_EXERCISE BRIEF_
Below are the records; count the lines in which "IfcOpenShell" occurs and report only that number.

_GIVEN RECORDS_
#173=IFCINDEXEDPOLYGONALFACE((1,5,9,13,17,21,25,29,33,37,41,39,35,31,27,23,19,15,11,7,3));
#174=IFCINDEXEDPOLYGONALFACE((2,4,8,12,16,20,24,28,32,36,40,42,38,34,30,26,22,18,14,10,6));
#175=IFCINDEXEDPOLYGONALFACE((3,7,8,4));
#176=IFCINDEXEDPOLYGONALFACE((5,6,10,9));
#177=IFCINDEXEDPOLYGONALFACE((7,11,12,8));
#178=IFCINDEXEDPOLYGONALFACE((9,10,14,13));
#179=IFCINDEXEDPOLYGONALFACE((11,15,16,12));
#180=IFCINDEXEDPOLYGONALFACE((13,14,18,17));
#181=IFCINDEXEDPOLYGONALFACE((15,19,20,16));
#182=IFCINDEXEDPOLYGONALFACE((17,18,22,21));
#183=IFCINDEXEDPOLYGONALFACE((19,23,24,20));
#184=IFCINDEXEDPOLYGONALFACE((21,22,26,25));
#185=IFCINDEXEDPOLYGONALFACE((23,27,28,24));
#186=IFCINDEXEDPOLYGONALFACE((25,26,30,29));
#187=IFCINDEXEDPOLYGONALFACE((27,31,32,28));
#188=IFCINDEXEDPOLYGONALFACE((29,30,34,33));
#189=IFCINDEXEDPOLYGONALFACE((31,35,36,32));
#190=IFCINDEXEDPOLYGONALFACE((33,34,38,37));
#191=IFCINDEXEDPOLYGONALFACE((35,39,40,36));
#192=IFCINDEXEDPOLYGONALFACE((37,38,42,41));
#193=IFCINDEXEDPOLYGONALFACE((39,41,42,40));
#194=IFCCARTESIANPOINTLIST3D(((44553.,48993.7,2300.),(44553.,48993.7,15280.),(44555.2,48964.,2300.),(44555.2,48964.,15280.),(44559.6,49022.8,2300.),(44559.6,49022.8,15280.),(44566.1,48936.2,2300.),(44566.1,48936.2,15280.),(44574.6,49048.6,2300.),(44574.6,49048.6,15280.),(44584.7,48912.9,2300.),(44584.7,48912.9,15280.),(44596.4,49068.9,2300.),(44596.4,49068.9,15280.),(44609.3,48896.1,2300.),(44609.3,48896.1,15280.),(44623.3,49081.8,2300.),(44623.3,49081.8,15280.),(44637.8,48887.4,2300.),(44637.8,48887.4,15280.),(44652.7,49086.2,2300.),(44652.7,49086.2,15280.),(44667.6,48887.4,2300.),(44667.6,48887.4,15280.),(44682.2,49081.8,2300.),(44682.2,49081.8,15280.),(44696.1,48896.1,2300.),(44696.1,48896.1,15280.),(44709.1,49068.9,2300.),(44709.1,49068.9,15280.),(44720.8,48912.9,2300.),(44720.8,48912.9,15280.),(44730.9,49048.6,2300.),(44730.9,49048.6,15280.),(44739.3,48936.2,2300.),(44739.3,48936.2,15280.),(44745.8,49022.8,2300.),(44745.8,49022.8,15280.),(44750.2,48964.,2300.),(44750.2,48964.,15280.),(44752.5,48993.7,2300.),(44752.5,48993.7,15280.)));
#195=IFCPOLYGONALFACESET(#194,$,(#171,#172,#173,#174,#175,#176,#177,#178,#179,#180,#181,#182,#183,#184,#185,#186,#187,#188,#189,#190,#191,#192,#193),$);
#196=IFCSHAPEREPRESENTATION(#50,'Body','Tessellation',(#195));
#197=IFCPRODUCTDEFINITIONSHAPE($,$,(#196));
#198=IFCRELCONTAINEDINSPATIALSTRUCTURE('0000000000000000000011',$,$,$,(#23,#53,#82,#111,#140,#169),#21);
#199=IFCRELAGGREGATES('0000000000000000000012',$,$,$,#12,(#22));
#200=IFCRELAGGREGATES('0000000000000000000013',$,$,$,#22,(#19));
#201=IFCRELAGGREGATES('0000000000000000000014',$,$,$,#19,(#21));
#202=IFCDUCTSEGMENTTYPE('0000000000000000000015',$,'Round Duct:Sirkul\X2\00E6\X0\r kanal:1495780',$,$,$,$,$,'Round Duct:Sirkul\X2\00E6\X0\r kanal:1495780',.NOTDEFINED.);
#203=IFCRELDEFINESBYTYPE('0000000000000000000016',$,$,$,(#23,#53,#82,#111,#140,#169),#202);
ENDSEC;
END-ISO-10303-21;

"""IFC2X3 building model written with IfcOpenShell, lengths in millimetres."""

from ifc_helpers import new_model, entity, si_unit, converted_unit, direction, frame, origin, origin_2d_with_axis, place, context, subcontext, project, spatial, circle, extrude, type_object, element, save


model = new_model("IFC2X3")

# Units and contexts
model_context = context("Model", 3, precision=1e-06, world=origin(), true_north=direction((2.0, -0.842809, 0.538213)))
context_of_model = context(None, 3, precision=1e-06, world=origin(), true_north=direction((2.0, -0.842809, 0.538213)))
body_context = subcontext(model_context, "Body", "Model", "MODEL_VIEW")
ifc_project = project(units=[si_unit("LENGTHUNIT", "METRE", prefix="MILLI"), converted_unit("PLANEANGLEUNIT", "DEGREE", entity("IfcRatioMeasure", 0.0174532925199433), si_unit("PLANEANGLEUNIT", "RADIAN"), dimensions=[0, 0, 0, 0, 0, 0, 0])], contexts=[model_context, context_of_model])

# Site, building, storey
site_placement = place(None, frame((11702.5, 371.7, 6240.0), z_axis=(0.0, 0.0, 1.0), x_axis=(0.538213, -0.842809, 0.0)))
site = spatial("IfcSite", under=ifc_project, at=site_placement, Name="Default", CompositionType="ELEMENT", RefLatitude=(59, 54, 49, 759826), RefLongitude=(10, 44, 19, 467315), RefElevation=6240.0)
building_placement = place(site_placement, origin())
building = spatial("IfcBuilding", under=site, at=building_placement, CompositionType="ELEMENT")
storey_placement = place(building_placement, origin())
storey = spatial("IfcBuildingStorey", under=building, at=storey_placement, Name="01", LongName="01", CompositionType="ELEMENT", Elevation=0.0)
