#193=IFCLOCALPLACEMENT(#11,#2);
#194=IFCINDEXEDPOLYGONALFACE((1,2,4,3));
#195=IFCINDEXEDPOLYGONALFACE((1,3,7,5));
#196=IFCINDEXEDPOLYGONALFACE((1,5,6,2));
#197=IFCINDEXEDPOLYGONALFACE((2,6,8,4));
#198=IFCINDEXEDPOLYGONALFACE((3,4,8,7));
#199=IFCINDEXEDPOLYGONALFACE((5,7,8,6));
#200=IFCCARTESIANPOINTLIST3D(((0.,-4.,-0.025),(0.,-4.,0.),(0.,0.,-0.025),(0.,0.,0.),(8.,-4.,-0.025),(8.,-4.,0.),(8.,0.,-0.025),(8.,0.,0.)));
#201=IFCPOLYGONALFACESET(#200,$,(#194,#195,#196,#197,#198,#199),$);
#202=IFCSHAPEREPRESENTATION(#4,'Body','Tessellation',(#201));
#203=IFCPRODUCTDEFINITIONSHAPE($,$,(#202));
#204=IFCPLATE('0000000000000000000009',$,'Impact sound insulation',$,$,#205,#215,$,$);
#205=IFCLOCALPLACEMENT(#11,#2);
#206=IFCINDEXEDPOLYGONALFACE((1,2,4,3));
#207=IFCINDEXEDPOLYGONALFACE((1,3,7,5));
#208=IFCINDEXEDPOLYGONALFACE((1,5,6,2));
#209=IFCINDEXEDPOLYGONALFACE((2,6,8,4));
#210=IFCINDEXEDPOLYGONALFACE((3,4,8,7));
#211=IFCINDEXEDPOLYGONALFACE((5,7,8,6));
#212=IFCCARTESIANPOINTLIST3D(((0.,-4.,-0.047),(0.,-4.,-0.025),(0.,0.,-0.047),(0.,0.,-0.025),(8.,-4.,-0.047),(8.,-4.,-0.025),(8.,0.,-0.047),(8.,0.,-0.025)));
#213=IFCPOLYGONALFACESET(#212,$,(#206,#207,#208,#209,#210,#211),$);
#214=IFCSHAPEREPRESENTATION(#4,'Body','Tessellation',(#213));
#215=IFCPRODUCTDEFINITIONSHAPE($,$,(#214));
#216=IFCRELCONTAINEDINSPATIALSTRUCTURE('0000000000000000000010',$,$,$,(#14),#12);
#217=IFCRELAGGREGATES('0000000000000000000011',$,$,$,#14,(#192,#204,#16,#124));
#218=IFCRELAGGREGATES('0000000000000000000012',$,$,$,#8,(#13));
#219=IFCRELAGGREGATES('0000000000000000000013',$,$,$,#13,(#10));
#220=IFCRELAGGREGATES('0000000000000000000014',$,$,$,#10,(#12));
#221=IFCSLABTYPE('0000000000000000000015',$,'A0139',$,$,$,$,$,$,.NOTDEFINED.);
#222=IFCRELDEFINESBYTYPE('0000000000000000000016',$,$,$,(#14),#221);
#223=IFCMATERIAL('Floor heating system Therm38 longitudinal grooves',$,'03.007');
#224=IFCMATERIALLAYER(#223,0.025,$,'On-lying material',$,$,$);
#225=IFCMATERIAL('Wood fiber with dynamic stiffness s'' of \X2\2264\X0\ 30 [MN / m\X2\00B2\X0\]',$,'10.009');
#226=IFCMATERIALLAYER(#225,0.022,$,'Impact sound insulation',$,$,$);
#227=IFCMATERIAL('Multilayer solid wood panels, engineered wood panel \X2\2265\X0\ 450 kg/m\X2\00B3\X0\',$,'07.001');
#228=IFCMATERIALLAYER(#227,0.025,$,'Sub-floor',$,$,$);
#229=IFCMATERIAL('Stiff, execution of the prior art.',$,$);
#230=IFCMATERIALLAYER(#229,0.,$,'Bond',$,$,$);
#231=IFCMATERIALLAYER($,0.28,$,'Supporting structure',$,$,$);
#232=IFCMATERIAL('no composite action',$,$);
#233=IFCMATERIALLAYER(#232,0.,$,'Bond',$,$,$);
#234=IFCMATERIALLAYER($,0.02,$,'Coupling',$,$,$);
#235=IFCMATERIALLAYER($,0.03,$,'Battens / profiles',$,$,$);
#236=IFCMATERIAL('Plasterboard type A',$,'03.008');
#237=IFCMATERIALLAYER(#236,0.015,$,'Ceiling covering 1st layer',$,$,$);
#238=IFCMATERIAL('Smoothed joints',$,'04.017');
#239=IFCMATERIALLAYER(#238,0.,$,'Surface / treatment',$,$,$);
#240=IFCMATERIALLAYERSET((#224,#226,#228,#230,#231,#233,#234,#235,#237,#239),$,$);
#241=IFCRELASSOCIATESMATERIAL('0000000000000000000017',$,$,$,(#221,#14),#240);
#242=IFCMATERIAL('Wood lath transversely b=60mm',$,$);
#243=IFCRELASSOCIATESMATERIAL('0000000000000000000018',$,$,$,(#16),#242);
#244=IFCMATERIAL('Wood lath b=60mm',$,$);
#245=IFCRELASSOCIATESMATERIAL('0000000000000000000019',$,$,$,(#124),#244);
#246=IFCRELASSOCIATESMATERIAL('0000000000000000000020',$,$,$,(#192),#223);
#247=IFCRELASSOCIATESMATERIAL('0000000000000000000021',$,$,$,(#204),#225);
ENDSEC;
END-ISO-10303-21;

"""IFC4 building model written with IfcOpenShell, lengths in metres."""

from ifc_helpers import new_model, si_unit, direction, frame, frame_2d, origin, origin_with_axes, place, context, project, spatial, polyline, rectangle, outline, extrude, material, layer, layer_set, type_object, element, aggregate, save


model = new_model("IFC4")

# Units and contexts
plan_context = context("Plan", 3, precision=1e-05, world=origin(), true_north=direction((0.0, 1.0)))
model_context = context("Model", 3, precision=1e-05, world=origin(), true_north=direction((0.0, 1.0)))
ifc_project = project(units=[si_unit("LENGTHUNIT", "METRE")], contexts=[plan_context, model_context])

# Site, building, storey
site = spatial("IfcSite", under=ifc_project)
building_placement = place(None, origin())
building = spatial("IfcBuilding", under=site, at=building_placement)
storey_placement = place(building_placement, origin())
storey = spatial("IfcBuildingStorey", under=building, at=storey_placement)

_SOLUTION_
2